### Work order
Go line by line through the entries below and copy those containing the string "more".

### Excerpted records

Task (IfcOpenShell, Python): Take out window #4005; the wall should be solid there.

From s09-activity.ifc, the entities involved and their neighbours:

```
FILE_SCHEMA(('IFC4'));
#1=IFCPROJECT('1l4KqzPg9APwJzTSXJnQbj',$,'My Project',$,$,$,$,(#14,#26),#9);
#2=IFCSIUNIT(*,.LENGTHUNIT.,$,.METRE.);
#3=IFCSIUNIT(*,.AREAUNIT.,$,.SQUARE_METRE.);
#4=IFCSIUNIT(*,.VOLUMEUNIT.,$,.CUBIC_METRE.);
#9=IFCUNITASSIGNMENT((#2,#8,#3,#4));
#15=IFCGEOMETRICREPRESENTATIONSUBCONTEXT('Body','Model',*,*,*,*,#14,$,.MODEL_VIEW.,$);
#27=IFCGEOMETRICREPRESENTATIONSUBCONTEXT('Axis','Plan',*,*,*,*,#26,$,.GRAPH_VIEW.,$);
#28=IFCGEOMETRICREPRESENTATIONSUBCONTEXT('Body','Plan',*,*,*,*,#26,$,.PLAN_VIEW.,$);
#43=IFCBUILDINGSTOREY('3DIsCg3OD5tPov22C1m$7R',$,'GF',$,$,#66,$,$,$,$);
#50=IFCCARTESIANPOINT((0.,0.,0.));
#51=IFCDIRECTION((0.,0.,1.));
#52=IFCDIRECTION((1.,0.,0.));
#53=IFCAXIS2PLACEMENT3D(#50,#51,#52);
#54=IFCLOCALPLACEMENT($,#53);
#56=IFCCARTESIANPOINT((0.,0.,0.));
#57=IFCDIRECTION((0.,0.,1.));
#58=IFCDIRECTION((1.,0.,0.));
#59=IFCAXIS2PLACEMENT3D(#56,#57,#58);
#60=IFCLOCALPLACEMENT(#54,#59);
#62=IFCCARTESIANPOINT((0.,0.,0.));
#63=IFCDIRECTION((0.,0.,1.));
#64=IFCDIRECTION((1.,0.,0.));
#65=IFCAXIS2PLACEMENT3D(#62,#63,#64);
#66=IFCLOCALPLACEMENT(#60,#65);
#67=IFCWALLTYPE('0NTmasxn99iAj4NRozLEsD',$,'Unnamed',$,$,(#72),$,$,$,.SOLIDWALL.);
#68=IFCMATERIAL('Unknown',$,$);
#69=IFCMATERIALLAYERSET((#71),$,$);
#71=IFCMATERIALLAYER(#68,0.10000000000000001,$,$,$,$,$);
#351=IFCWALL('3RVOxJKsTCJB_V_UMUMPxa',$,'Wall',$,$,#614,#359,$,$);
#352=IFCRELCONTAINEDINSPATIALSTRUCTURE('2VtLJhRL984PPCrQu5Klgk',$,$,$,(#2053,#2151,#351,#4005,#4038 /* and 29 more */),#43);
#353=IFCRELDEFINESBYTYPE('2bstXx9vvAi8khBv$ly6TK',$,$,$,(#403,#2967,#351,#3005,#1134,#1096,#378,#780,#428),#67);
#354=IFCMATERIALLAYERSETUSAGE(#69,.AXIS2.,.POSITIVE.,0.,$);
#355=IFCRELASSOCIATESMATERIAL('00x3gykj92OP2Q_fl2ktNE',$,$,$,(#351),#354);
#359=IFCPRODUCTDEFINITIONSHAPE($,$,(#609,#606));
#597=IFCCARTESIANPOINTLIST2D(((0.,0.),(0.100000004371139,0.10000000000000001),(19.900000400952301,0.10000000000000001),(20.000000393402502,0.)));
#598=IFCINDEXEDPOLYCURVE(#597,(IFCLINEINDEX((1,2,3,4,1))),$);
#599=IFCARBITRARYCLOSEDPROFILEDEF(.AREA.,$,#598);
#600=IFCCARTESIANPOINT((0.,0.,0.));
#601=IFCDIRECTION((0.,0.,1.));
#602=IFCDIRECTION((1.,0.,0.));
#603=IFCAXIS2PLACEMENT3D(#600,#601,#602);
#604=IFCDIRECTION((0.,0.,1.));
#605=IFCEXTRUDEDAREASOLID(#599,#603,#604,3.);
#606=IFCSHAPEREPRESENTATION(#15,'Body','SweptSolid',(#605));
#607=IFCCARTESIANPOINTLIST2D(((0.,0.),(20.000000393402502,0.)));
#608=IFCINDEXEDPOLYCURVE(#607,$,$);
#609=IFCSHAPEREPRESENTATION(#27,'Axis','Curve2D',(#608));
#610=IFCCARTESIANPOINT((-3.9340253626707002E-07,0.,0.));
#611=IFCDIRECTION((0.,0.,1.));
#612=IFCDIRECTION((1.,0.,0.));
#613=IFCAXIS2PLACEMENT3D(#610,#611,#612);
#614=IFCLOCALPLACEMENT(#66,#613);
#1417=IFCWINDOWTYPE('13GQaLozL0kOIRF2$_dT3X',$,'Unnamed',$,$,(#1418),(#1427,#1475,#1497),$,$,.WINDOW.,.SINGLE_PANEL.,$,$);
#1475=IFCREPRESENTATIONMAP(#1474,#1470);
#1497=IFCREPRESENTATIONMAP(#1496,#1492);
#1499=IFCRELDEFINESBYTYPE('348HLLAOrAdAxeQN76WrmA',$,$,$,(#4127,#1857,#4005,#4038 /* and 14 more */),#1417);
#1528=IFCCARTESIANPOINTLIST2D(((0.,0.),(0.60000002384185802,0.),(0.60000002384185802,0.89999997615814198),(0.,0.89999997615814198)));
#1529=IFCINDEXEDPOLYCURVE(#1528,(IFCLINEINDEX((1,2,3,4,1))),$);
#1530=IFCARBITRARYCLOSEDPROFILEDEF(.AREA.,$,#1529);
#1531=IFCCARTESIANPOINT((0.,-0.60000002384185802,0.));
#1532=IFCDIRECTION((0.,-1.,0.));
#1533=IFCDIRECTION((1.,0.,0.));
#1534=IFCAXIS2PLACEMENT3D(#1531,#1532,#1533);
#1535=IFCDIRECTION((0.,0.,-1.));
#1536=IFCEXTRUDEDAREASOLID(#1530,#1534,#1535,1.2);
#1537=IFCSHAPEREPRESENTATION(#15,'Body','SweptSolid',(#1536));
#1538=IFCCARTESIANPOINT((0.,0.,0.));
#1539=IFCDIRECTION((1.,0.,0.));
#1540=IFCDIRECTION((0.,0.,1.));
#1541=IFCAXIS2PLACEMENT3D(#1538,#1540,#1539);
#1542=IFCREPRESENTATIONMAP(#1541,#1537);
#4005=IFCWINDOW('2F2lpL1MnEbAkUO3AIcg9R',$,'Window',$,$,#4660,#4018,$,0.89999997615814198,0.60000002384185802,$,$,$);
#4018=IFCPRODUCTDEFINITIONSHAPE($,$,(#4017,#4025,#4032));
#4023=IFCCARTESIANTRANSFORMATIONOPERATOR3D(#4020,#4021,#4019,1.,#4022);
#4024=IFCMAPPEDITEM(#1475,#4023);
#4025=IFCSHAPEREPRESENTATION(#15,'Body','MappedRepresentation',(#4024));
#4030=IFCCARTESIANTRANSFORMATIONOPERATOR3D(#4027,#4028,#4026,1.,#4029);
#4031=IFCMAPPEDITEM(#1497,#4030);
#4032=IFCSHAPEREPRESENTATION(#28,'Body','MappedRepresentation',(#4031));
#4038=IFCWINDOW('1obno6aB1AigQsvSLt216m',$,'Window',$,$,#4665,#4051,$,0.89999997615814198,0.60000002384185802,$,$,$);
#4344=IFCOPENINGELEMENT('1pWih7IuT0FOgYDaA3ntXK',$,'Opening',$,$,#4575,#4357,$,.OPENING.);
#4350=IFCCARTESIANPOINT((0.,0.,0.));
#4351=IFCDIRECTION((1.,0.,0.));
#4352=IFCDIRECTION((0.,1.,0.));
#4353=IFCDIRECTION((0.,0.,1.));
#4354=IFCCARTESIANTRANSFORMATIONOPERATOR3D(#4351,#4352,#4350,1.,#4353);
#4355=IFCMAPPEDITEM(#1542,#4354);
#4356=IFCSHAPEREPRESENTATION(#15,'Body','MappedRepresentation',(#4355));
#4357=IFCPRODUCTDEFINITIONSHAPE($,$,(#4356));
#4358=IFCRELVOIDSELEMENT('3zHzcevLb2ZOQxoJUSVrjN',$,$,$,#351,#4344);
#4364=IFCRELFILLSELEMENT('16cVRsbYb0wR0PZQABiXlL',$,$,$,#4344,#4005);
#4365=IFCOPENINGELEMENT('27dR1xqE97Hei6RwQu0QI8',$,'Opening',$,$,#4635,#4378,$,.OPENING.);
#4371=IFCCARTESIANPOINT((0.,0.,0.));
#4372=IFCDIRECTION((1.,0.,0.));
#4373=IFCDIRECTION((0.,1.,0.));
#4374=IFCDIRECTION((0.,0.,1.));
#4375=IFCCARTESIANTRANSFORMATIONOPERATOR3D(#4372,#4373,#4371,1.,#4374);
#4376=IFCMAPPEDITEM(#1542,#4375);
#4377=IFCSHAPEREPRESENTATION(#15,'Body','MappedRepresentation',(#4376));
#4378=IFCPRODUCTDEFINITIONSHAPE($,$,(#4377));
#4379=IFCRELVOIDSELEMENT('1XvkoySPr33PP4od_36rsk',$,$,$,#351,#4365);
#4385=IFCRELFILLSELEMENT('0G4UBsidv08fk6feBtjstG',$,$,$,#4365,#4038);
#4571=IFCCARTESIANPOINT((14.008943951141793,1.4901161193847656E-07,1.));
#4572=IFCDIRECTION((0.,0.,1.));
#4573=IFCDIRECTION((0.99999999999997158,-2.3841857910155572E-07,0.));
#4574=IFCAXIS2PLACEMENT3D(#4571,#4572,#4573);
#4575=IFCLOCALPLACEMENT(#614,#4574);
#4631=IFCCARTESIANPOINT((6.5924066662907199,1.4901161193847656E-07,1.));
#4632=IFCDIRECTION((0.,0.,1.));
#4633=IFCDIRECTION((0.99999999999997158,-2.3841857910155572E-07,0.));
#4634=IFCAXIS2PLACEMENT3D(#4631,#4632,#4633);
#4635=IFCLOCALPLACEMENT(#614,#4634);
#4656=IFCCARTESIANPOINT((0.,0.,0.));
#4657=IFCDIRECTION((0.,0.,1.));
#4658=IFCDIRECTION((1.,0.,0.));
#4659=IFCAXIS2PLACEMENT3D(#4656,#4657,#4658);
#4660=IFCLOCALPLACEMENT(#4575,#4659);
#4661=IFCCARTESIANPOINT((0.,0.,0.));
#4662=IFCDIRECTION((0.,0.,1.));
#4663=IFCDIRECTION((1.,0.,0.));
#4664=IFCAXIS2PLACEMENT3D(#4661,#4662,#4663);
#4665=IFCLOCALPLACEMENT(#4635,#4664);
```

```python
import ifcopenshell
import ifcopenshell.api.feature
import ifcopenshell.api.root
import ifcopenshell.geom
import ifcopenshell.util.shape

model = ifcopenshell.open("s09-activity.ifc")
settings = ifcopenshell.geom.settings()


def volume(element):
    """Net volume in cubic metres, openings subtracted."""
    shape = ifcopenshell.geom.create_shape(settings, element)
    return ifcopenshell.util.shape.get_volume(shape.geometry)


window = model.by_id(4005)
opening = window.FillsVoids[0].RelatingOpeningElement
wall = opening.VoidsElements[0].RelatingBuildingElement
before = volume(wall)

ifcopenshell.api.root.remove_product(model, product=window)
ifcopenshell.api.feature.remove_feature(model, feature=opening)

after = volume(wall)

print(f"wall volume {before:.3f} -> {after:.3f} m3")

model.write("s09-activity_updated.ifc")
```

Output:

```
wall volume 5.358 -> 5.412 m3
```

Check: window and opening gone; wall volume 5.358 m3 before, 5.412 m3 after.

### Finished task
#352=IFCRELCONTAINEDINSPATIALSTRUCTURE('2VtLJhRL984PPCrQu5Klgk',$,$,$,(#2053,#2151,#351,#4005,#4038 /* and 29 more */),#43);
#1499=IFCRELDEFINESBYTYPE('348HLLAOrAdAxeQN76WrmA',$,$,$,(#4127,#1857,#4005,#4038 /* and 14 more */),#1417);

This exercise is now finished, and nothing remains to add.